Recent measurements from the NASA Parker Solar Probe (PSP) revealed that the solar wind emerging from coronal holes, or ‘streams,’ is organized into ‘microstreams’ with an angular scale (5-10°) in Carrington longitude8 similar to the underlying supergranulation cells associated with horizontal flows in the photosphere9. Supergranulation flows are thought to drag the photospheric magnetic field into the convective downflows where the field intensifies and the magnetic field energy density dominates over the plasma pressure2. However, the footpoints of the previous PSP encounter were inferred to be at high latitudes on the far side of the Sun so that the detailed magnetic structure of the cells and their connectivity to the spacecraft could not be determined, preventing a complete analysis of the source of these wind microstreams.

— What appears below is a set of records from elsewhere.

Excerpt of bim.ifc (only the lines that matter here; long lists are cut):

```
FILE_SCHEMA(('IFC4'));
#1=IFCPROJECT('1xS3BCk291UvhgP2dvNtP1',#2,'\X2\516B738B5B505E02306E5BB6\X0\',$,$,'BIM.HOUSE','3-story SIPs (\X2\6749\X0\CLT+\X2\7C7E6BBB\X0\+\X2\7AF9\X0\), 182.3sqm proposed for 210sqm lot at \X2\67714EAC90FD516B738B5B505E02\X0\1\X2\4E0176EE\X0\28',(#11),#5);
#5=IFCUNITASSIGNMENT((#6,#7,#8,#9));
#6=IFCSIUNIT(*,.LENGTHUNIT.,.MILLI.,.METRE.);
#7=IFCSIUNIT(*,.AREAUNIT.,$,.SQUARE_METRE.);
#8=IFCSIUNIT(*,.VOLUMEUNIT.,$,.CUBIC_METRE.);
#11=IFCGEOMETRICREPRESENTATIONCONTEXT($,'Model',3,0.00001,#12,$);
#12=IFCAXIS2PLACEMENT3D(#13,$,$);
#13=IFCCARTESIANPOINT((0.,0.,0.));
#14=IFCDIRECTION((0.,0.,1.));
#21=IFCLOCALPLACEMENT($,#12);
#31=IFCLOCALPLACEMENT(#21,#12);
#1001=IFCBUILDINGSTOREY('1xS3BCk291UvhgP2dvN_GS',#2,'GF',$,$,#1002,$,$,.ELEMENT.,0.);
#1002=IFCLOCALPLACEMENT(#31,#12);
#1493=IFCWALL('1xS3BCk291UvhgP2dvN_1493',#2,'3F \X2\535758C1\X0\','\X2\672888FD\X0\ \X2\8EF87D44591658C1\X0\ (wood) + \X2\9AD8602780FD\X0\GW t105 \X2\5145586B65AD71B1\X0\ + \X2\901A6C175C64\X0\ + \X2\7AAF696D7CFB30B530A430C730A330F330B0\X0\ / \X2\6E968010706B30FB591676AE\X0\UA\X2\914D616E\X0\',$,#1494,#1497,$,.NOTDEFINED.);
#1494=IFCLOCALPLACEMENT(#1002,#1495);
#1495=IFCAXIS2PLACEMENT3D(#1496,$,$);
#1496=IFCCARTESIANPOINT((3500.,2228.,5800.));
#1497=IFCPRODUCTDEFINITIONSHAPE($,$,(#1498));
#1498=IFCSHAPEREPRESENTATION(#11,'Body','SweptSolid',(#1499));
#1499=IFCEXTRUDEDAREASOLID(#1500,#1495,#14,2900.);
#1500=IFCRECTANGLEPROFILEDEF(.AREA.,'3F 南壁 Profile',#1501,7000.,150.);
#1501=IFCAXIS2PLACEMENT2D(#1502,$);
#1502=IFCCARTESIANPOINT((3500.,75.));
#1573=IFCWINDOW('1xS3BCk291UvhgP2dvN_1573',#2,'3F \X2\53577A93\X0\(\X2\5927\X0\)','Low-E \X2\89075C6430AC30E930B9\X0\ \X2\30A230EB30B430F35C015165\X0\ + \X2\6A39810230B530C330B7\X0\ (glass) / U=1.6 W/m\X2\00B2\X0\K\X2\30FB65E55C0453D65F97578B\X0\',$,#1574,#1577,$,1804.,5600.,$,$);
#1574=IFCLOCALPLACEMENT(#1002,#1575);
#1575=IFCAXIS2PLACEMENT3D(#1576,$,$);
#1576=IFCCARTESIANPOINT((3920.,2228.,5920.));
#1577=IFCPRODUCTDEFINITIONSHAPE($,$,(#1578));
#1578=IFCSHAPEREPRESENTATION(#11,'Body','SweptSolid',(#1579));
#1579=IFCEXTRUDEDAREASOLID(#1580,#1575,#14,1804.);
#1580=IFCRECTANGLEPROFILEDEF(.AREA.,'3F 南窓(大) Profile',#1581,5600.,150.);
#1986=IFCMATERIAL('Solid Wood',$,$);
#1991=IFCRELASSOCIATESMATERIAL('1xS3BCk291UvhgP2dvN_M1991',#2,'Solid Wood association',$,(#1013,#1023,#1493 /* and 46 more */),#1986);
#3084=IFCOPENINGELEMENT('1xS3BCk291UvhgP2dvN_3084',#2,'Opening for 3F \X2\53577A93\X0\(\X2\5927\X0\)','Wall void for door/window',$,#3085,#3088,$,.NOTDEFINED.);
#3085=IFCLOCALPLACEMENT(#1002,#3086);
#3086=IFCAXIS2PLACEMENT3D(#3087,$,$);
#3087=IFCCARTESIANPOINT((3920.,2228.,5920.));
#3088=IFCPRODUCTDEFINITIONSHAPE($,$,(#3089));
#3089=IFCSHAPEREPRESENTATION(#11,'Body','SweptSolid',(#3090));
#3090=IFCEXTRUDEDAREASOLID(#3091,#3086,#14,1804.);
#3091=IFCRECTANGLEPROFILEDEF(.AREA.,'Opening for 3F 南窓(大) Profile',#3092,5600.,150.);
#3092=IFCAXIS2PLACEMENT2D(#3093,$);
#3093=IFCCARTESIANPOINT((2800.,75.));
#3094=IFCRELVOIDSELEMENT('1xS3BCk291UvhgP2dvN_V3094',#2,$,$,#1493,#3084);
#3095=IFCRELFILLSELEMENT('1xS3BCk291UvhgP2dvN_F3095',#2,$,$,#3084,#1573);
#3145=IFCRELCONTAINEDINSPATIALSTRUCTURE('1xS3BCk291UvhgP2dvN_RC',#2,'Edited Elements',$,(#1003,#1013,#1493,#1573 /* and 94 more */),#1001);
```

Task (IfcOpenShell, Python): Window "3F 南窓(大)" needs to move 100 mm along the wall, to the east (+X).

```python
import ifcopenshell
import ifcopenshell.api.geometry
import ifcopenshell.util.placement
import ifcopenshell.util.unit

model = ifcopenshell.open("bim.ifc")
unit_scale = ifcopenshell.util.unit.calculate_unit_scale(model)

window = model.by_guid("1xS3BCk291UvhgP2dvN_1573")
opening = window.FillsVoids[0].RelatingOpeningElement
wall = opening.VoidsElements[0].RelatingBuildingElement

wall_matrix = ifcopenshell.util.placement.get_local_placement(wall.ObjectPlacement)
shift = wall_matrix[:3, 0] * 0.1 / unit_scale
before = ifcopenshell.util.placement.get_local_placement(window.ObjectPlacement)[:3, 3].copy()

# The window is not placed relative to its opening, so move both.
for product in (opening, window):
    matrix = ifcopenshell.util.placement.get_local_placement(product.ObjectPlacement)
    matrix[:3, 3] += shift
    ifcopenshell.api.geometry.edit_object_placement(model, product=product, matrix=matrix, is_si=False)

after = ifcopenshell.util.placement.get_local_placement(window.ObjectPlacement)[:3, 3]
print("window moved by", (after - before).round(3) + 0.0)

model.write("bim_v2.ifc")
```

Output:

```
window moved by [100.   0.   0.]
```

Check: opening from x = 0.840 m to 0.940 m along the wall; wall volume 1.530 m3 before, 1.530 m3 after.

Microstream velocity structure formed at the base of the corona
On solar Encounter 10 (E10) the PSP came within 12.3 solar radii (RS) of the photosphere in late November 2021. Figure 1 summarizes the plasma10, energetic ion11 and magnetic field measurements12 made near perihelion during E10. A spectrogram of ions in Fig. 1a and 1b extends from thermal energies to ~85 keV and, like the proton velocity in Fig. 1c, is structured as discrete ‘microstreams’13,14,8 whose duration decreases from ~10 hours to ~2 hours as the spacecraft approaches perihelion on 08:25 Nov 21, 2021. Data presented in Fig. 4b (and discussed later in greater detail) reveals that the wind ion energy distributions are power laws at high energy that extend to greater than 100 keV. The characteristic structure of the microstreams is highlighted by red arcs in Fig. 1c and a blue trace indicates the measured thermal alpha particle abundance AHe = nα/np which is similarly modulated. The high First Ionization Potential (FIP) of Helium requires that the alpha particle abundance is frozen-in at very low altitudes in the corona or in the chromosphere at the base of the wind15, so these microstream structures are organized at the source of the wind itself. The radial component of the measured interplanetary magnetic field in Fig. 1d shows that large-amplitude, Alfvenic field reversals, that have been termed ‘switchbacks’, are also associated with the microstreams. A Potential Field Source Surface (PFSS) model16-18 [see Supplementary Information] of the coronal magnetic field is used to infer the footpoints of the magnetic field that connects to the PSP spacecraft and reveals the connection to two separate near-equatorial coronal holes. The time series of the longitude of the footpoint on the solar surface is shown in Fig. 1e and as white diamonds against a 193Å SDO/EUV19 image in Figure 2.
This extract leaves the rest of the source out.